Using the data below, return all lines in which "IFCRELFILLSELEMENT" appears.

### Data supplied
**********

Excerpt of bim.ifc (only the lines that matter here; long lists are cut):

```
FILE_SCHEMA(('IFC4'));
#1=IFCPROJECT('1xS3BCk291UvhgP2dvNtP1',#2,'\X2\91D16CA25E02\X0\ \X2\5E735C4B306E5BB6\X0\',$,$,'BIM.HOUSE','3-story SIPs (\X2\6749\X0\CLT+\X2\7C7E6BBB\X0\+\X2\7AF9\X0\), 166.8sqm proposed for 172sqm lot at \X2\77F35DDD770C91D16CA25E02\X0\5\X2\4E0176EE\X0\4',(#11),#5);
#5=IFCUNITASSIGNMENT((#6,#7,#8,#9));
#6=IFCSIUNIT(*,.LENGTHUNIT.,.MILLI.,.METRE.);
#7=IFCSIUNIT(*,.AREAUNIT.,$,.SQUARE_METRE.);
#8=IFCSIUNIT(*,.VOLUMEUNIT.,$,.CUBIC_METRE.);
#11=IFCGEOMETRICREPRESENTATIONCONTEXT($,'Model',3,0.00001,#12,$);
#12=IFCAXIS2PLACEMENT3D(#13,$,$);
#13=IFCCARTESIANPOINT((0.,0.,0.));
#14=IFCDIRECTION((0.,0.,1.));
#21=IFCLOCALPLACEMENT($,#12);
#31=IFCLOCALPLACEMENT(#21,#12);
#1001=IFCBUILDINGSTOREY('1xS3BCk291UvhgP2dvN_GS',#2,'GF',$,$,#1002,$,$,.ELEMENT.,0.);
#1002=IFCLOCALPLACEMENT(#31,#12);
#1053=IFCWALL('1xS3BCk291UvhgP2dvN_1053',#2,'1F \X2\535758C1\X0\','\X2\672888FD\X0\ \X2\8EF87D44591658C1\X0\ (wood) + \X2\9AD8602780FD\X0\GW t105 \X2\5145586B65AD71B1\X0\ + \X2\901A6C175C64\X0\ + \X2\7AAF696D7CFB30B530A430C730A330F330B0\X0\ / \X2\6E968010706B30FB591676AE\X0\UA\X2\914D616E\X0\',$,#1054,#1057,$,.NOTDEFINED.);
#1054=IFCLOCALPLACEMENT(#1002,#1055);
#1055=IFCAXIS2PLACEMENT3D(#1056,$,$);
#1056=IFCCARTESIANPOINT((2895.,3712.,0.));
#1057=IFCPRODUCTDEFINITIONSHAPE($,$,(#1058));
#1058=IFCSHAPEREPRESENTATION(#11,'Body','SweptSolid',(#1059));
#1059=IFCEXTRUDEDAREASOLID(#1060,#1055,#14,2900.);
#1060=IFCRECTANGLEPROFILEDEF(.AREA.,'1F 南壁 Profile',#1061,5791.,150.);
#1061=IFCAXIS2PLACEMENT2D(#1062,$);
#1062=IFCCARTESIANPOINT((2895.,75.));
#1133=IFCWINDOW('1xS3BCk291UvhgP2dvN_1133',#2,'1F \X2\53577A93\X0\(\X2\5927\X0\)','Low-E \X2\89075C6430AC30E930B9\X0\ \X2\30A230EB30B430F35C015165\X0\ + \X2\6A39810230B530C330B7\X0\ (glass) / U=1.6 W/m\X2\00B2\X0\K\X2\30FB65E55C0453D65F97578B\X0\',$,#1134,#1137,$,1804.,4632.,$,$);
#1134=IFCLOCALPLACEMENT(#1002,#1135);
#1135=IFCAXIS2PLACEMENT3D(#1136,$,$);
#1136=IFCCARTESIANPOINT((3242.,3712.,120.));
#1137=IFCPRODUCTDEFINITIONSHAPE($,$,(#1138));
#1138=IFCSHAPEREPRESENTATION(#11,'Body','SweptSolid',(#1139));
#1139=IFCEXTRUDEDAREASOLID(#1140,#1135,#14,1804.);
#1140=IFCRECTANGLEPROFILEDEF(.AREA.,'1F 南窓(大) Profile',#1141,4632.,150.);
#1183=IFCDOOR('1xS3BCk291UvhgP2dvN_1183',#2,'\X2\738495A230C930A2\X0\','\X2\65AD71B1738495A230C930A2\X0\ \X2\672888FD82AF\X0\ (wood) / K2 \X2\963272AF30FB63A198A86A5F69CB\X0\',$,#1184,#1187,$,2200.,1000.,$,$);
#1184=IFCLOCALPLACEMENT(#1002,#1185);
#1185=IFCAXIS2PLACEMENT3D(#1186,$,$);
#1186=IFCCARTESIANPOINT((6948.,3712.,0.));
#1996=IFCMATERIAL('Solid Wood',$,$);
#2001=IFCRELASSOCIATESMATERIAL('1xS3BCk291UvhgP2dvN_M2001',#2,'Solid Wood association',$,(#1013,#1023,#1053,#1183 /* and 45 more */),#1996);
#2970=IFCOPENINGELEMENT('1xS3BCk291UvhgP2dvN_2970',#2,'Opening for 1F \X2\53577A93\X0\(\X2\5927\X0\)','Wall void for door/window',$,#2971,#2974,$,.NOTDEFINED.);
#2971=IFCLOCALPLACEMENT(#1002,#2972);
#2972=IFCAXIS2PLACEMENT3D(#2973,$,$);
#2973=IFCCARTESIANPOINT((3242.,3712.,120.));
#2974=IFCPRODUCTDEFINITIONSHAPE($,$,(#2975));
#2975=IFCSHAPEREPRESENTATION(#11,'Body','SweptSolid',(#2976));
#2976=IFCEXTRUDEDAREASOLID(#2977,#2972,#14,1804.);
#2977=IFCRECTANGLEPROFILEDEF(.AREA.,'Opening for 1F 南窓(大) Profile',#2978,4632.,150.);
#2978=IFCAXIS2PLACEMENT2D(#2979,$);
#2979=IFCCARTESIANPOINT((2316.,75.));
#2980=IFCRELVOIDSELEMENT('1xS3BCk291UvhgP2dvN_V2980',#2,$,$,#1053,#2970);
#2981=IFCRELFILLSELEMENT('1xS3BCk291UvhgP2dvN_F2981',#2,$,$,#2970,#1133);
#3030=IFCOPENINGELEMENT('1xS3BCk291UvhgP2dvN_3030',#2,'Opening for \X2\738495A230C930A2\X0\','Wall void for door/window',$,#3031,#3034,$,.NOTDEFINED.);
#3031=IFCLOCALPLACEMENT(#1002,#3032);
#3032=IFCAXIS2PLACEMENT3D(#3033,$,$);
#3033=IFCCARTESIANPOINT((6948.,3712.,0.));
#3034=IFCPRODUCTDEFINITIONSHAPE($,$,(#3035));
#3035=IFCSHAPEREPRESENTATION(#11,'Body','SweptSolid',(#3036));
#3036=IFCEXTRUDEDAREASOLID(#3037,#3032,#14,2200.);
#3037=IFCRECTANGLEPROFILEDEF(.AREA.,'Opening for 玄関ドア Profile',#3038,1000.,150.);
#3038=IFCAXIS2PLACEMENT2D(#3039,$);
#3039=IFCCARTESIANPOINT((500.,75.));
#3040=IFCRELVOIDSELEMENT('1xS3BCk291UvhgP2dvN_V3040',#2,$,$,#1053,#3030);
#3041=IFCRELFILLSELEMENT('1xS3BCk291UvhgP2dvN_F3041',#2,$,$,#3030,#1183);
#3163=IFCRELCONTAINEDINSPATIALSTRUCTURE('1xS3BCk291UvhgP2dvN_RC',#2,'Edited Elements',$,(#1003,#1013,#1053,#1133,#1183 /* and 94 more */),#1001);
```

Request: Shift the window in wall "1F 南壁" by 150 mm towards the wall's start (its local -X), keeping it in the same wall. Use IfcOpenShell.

```python
import ifcopenshell
import ifcopenshell.api.geometry
import ifcopenshell.util.placement
import ifcopenshell.util.unit

model = ifcopenshell.open("bim.ifc")
unit_scale = ifcopenshell.util.unit.calculate_unit_scale(model)

window = model.by_guid("1xS3BCk291UvhgP2dvN_1133")
opening = window.FillsVoids[0].RelatingOpeningElement
wall = opening.VoidsElements[0].RelatingBuildingElement

wall_matrix = ifcopenshell.util.placement.get_local_placement(wall.ObjectPlacement)
shift = wall_matrix[:3, 0] * -0.15 / unit_scale
before = ifcopenshell.util.placement.get_local_placement(window.ObjectPlacement)[:3, 3].copy()

# The window is not placed relative to its opening, so move both.
for product in (opening, window):
    matrix = ifcopenshell.util.placement.get_local_placement(product.ObjectPlacement)
    matrix[:3, 3] += shift
    ifcopenshell.api.geometry.edit_object_placement(model, product=product, matrix=matrix, is_si=False)

after = ifcopenshell.util.placement.get_local_placement(window.ObjectPlacement)[:3, 3]
print("window moved by", (after - before).round(3) + 0.0)

model.write("bim-out.ifc")
```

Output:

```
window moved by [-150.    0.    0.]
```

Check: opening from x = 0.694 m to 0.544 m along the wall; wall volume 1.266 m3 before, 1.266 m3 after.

**********

### Exercise response
#2981=IFCRELFILLSELEMENT('1xS3BCk291UvhgP2dvN_F2981',#2,$,$,#2970,#1133);
#3041=IFCRELFILLSELEMENT('1xS3BCk291UvhgP2dvN_F3041',#2,$,$,#3030,#1183);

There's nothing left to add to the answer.